Who can solve a "medium to hard" problem in 15 minutes, on a whiteboard, under stress, twice in a row? Who are they looking for? Leetcode psychos?
Yes :) .
It's known for quite some years that this interview approach produces _those_. By induction, those who have FAANG lines in their resumes are, unfortunately, suspicious for this reason alone. All else being equal, non-FAANG person would get preference on the interview, and seeing somebody applying to FAANG causes both frowns and sighs. One should be really desperate for that these days.
:(
Haha this needs to be said with Zuck's poker face and without a smiley, just "Yes".

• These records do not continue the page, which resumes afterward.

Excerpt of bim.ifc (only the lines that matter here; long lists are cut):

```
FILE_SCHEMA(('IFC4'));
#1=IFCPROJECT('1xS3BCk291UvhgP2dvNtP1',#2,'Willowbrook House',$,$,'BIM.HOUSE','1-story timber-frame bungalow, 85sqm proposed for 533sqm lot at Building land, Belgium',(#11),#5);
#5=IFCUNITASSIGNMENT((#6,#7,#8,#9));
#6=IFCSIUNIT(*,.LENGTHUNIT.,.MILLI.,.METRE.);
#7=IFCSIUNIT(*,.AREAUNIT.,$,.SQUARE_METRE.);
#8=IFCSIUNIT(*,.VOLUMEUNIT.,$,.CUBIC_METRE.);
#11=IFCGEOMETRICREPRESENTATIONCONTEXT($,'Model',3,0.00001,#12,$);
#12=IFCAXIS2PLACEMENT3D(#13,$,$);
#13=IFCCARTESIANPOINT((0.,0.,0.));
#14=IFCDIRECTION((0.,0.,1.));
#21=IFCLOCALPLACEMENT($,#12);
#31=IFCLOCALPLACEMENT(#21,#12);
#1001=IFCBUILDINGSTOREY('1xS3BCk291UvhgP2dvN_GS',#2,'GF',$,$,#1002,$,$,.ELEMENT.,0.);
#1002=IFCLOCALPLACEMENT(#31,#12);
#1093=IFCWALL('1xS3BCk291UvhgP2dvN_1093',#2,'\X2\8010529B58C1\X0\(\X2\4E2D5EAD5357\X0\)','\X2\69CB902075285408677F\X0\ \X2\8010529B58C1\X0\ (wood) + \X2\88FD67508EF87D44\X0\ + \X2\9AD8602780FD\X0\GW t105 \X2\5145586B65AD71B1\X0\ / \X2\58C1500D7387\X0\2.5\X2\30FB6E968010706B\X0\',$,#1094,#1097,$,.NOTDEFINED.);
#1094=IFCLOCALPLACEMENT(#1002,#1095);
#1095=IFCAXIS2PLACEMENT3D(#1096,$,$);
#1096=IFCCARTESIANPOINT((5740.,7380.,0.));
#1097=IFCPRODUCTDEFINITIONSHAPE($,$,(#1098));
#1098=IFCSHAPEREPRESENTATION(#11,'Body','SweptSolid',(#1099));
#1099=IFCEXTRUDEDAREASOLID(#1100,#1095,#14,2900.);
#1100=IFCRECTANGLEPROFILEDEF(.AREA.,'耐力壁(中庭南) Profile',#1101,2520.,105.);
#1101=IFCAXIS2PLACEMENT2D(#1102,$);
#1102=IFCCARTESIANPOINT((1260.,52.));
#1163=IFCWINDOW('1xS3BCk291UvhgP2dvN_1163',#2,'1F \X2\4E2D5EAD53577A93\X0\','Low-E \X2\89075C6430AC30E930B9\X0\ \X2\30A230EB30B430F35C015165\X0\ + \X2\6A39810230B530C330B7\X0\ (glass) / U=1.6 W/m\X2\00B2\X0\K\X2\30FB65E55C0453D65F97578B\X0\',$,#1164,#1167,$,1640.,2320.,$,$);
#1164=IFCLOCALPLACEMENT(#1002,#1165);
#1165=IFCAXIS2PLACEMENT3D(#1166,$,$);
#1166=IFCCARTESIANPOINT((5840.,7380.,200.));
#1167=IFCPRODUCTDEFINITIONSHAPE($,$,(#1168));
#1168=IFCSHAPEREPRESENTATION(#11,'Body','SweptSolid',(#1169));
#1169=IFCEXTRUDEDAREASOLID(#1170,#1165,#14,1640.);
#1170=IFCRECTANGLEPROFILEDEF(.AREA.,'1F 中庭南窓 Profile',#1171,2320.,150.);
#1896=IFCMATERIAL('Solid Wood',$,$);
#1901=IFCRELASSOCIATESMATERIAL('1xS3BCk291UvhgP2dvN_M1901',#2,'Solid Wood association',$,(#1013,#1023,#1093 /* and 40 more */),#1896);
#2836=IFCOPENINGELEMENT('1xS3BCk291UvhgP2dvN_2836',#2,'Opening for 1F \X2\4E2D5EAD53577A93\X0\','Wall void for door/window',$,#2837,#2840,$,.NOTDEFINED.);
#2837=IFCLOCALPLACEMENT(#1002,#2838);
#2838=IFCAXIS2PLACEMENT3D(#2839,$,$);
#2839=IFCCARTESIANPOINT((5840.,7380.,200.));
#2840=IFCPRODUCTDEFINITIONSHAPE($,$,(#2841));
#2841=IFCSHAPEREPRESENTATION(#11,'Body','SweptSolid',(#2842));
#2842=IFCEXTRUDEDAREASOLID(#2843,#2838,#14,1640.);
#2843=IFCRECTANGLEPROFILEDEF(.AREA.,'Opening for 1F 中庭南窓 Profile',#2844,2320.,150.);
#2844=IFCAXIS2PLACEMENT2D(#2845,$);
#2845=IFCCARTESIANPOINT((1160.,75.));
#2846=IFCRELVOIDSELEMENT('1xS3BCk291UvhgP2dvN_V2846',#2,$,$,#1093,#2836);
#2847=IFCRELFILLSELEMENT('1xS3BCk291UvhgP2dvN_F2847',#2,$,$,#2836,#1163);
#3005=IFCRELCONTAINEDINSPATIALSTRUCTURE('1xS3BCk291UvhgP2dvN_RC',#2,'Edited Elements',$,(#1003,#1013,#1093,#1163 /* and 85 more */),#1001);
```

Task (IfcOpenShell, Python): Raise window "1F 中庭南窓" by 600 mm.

```python
import numpy as np
import ifcopenshell
import ifcopenshell.api.geometry
import ifcopenshell.util.placement
import ifcopenshell.util.unit

model = ifcopenshell.open("bim.ifc")
unit_scale = ifcopenshell.util.unit.calculate_unit_scale(model)

window = model.by_guid("1xS3BCk291UvhgP2dvN_1163")
opening = window.FillsVoids[0].RelatingOpeningElement
dz = 600.0

shift = np.array([0.0, 0.0, dz])
# The window is not placed relative to its opening, so move both.
for product in (opening, window):
    matrix = ifcopenshell.util.placement.get_local_placement(product.ObjectPlacement)
    matrix[:3, 3] += shift
    ifcopenshell.api.geometry.edit_object_placement(model, product=product, matrix=matrix, is_si=False)

print(f"moved by {dz * unit_scale:+.3f} m")

model.write("bim_rev.ifc")
```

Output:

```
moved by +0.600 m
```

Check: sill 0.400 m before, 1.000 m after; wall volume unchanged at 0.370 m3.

Even the slightest problem solving one of those will be a sureshot ding.
Great article.
An example: one we used a few times was "we decided we want to build a drone for the police. So if a bank is being robbed the cop who arrived first could take it out and it will help solve the crime." Some people would ask a bunch of constraints up front; others would just dive in and ask questions as they went. And they'd think about the problem "so we want to chase the getaway car long enough until a regular copter can get airborne, so let's assume X MPH for Y minutes minimum". Someone else thought "small is probably better because perhaps it can look into the bank when it would be dangerous for a person to try, and we have to assume a lot of them will be destroyed, so cost matters." etc etc.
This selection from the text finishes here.